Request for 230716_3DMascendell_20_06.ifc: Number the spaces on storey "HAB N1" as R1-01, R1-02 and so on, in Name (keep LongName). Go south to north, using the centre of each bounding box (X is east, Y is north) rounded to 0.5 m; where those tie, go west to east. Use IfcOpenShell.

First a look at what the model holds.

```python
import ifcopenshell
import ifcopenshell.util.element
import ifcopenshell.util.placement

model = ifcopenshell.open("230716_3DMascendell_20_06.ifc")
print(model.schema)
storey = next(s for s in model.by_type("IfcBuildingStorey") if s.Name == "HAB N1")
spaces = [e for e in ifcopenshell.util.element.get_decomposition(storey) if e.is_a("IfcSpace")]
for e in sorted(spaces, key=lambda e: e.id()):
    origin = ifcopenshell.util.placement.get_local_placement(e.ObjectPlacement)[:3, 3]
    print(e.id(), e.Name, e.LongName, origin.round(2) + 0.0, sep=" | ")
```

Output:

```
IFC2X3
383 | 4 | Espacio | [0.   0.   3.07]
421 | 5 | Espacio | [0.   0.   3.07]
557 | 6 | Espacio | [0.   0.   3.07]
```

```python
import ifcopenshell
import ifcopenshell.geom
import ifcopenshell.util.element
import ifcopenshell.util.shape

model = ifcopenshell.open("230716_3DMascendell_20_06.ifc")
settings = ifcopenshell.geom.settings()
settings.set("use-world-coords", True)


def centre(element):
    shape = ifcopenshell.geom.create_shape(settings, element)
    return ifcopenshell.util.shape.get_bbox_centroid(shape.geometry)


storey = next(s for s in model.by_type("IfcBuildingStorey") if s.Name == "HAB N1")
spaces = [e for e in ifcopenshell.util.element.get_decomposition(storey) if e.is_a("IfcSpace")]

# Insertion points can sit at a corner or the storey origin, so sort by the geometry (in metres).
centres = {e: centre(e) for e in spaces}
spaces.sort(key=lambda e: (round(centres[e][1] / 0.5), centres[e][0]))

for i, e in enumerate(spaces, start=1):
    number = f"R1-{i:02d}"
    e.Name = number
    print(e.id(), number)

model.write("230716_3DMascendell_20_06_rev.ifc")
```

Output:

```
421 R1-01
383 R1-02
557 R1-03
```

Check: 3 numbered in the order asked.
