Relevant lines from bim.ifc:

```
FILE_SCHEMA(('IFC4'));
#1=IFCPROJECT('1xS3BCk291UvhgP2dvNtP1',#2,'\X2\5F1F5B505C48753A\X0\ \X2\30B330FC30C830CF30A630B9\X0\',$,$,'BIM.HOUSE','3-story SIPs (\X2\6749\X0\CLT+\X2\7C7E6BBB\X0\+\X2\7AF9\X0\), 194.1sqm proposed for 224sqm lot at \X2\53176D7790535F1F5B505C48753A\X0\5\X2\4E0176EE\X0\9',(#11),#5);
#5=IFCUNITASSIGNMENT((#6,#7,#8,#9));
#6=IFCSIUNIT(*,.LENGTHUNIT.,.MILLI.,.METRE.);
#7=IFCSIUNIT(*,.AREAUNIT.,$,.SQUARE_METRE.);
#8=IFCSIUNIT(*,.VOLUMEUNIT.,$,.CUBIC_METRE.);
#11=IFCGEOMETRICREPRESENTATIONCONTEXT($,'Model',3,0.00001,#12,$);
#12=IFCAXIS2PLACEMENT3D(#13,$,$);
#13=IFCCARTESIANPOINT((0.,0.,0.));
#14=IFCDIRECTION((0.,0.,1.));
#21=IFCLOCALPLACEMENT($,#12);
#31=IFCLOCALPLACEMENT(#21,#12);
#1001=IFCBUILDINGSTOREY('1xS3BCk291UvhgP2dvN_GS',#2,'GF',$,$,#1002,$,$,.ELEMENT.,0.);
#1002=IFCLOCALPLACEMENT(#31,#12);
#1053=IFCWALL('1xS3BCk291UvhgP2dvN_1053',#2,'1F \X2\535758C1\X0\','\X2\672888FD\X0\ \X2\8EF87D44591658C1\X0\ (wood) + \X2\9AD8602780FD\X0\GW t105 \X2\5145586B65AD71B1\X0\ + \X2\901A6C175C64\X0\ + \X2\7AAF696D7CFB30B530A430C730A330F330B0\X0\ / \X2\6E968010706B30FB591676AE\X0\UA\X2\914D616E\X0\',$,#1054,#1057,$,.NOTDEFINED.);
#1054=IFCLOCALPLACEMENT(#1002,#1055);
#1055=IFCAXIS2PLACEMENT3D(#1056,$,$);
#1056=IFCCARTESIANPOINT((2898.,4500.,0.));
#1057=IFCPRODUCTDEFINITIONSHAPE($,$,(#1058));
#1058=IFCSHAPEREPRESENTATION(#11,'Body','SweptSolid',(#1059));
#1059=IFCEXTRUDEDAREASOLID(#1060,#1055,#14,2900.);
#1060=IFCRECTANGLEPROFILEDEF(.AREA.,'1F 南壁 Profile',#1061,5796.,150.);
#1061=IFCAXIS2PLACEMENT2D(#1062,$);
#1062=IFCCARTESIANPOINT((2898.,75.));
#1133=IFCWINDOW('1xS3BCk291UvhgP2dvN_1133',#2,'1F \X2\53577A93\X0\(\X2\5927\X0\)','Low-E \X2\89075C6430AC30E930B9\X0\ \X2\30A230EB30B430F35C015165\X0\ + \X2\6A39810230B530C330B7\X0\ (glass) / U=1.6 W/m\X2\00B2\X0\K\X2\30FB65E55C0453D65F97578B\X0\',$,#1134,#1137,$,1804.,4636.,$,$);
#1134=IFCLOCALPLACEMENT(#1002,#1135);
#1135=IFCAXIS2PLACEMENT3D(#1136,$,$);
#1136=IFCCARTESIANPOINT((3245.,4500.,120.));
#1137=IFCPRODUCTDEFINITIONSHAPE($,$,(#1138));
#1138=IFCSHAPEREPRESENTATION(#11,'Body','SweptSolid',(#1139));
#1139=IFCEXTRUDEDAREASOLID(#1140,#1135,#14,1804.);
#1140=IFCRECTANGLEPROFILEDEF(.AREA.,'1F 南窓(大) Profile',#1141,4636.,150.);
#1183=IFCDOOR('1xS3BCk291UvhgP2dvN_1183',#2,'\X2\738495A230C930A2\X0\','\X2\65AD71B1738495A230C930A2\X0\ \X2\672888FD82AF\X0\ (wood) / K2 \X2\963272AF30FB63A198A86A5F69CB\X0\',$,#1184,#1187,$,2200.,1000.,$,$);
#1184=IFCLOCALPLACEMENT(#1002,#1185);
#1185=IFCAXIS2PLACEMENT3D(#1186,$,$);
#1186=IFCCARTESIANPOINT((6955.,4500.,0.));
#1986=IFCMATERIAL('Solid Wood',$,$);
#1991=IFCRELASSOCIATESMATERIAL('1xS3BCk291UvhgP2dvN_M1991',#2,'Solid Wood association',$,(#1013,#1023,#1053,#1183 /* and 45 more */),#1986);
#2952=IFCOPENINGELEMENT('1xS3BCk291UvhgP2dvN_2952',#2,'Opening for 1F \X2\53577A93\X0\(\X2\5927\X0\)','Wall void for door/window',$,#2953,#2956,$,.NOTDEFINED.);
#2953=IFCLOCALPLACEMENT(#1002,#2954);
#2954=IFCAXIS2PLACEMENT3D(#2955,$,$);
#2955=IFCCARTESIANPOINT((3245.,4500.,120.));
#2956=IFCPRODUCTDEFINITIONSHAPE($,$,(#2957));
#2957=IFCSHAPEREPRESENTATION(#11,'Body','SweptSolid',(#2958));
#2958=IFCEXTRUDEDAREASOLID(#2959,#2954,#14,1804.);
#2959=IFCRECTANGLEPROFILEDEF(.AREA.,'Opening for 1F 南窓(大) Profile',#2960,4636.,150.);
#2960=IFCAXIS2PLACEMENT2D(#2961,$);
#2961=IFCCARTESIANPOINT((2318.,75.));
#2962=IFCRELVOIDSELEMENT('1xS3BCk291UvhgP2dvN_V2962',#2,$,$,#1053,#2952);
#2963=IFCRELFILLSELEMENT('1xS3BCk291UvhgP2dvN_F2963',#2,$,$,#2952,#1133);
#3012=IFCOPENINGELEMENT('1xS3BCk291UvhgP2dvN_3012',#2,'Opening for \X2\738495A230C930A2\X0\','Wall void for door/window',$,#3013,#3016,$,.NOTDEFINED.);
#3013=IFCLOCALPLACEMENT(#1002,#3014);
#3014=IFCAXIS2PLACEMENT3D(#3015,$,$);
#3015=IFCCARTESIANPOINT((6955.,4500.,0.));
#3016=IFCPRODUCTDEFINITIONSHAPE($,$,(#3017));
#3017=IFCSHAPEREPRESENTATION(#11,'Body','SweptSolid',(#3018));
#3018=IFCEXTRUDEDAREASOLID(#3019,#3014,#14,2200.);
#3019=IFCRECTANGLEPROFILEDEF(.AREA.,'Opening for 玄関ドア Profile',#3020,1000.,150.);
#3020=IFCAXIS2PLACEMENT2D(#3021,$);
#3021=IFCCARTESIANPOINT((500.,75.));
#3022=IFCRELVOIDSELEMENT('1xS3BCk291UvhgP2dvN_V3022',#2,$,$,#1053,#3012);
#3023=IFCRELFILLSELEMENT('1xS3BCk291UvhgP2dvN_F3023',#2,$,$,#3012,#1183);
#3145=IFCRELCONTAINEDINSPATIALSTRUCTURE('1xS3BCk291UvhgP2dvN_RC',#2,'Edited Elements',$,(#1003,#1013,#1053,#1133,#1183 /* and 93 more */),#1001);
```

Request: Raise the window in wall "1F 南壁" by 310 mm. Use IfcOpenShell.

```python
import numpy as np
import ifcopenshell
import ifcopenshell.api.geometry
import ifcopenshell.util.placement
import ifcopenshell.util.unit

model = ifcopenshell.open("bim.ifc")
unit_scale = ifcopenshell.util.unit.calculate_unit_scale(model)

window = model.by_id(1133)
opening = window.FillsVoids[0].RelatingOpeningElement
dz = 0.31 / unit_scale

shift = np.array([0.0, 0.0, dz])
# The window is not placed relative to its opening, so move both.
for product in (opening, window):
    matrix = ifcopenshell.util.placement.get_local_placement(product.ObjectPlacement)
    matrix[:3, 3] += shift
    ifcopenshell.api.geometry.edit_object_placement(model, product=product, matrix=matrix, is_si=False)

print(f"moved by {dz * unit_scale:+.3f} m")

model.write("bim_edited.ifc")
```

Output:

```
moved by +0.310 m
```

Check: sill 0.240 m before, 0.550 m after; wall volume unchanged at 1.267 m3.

·····

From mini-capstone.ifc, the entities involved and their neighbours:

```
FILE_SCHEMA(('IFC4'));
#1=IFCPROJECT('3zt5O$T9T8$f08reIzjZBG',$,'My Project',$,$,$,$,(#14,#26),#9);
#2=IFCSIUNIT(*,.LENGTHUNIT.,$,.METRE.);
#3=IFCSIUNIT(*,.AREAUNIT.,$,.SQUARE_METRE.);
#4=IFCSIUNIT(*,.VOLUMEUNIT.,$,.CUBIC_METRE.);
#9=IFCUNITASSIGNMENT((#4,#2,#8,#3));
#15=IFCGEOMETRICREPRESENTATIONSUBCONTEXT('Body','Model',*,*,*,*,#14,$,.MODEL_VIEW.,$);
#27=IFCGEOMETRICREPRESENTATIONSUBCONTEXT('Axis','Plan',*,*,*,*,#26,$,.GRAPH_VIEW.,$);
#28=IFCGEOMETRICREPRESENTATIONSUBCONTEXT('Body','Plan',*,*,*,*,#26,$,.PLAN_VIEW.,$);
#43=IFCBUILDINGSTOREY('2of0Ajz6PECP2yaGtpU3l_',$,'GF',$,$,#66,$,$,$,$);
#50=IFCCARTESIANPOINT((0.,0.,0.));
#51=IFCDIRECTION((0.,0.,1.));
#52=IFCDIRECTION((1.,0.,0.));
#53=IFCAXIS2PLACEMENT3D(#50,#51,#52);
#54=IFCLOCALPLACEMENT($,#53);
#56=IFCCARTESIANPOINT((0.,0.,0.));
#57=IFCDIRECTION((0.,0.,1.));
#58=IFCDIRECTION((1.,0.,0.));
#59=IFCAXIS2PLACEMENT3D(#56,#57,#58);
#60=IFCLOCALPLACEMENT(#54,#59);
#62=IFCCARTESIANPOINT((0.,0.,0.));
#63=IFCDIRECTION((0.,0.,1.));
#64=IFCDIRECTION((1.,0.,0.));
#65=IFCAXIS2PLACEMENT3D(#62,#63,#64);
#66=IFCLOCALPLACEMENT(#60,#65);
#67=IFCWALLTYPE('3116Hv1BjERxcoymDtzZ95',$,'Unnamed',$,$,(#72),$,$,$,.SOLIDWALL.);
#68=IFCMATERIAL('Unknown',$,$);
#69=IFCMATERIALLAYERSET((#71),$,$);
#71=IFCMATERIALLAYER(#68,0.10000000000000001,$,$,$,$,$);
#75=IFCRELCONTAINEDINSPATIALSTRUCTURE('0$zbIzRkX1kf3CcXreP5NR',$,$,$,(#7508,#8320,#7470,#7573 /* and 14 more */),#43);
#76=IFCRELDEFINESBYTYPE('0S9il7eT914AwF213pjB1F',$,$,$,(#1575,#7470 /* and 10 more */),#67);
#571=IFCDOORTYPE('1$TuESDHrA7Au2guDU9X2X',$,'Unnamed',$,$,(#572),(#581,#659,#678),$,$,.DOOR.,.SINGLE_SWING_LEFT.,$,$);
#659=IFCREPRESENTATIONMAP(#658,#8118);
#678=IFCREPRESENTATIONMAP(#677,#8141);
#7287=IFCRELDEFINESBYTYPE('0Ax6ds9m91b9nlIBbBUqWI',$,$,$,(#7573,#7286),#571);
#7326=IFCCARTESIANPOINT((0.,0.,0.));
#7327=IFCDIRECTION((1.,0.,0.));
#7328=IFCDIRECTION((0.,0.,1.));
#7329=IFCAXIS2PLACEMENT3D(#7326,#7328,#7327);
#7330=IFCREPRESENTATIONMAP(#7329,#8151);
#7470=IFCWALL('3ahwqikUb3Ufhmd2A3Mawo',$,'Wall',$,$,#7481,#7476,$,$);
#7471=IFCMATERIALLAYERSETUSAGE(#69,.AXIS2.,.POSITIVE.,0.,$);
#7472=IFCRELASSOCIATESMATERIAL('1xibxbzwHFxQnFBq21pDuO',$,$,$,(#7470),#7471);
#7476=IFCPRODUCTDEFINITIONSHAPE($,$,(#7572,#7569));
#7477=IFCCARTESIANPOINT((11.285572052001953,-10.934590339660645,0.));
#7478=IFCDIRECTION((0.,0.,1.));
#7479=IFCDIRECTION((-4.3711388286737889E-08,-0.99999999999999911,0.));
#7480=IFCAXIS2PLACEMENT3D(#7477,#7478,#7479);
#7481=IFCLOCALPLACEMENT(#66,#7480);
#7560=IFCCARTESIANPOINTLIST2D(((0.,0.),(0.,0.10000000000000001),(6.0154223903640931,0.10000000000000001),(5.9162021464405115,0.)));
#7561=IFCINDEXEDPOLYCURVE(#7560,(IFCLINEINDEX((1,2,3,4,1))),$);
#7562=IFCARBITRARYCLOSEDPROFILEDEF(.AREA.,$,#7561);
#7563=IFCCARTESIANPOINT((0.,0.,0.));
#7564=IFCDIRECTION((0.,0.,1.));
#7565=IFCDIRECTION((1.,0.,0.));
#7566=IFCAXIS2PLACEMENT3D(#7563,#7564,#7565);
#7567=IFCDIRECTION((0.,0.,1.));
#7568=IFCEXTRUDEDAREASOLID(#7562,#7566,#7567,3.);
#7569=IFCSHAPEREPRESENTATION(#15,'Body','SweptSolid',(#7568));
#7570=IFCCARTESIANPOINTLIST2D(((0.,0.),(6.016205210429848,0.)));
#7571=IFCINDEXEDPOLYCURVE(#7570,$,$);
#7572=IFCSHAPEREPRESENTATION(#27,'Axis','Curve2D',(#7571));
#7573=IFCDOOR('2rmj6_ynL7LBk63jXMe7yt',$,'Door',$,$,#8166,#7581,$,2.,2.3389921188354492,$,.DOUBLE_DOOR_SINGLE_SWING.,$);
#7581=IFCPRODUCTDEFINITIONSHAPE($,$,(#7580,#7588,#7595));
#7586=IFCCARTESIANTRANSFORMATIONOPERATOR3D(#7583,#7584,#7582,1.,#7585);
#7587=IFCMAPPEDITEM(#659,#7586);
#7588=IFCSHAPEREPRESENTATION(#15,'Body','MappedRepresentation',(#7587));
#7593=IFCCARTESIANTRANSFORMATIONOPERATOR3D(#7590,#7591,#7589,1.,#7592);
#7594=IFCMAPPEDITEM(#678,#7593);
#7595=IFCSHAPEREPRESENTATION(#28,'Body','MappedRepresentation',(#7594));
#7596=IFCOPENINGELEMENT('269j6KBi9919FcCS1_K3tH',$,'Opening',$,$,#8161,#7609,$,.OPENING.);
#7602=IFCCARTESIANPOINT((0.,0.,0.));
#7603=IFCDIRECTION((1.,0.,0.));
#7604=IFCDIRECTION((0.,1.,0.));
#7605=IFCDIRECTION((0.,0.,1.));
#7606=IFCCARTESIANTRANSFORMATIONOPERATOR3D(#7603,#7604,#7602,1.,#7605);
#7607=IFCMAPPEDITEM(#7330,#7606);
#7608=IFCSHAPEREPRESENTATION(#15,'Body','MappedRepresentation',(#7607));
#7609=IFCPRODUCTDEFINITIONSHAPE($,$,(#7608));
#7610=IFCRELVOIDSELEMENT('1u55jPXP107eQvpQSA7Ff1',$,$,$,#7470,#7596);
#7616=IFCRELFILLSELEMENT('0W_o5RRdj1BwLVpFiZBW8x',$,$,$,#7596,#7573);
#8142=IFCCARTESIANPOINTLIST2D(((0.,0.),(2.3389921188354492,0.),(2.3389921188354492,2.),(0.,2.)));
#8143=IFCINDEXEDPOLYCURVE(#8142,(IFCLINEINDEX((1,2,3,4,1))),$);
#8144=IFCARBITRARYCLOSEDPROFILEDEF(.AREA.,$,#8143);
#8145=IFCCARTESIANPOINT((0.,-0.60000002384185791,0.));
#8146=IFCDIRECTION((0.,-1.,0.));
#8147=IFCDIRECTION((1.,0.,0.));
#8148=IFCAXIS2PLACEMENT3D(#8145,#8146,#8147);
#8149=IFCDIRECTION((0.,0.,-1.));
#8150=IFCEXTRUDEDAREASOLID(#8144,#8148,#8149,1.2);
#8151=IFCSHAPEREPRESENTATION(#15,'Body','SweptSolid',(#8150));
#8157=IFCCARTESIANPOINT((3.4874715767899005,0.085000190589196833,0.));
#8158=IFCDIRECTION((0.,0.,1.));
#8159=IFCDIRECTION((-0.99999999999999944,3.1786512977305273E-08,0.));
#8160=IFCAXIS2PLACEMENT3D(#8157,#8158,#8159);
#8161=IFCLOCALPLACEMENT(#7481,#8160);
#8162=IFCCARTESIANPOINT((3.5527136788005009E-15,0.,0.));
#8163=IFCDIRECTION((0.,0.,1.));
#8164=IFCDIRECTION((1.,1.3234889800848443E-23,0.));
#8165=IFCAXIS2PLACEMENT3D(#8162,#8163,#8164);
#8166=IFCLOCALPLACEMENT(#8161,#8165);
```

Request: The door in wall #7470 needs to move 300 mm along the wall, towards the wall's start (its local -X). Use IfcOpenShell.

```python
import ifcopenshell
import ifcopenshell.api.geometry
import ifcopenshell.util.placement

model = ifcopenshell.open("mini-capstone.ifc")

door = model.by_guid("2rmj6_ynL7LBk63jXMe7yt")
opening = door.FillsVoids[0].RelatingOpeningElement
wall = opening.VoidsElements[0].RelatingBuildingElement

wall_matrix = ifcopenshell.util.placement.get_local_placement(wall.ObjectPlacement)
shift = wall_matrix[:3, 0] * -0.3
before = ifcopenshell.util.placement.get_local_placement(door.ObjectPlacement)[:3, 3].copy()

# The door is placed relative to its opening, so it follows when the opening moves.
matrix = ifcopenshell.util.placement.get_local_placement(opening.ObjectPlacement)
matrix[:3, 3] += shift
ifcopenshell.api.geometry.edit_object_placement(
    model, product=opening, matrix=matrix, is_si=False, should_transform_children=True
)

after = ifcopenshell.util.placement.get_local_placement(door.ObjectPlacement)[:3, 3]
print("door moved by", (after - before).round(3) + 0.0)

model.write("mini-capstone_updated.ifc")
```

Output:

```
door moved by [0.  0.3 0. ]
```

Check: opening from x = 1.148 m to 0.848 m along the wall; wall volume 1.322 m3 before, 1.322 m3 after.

·····

Note each line of the entries that has "IFCRECTANGLEPROFILEDEF" in it, and copy those lines.

#1060=IFCRECTANGLEPROFILEDEF(.AREA.,'1F 南壁 Profile',#1061,5796.,150.);
#1140=IFCRECTANGLEPROFILEDEF(.AREA.,'1F 南窓(大) Profile',#1141,4636.,150.);
#2959=IFCRECTANGLEPROFILEDEF(.AREA.,'Opening for 1F 南窓(大) Profile',#2960,4636.,150.);
#3019=IFCRECTANGLEPROFILEDEF(.AREA.,'Opening for 玄関ドア Profile',#3020,1000.,150.);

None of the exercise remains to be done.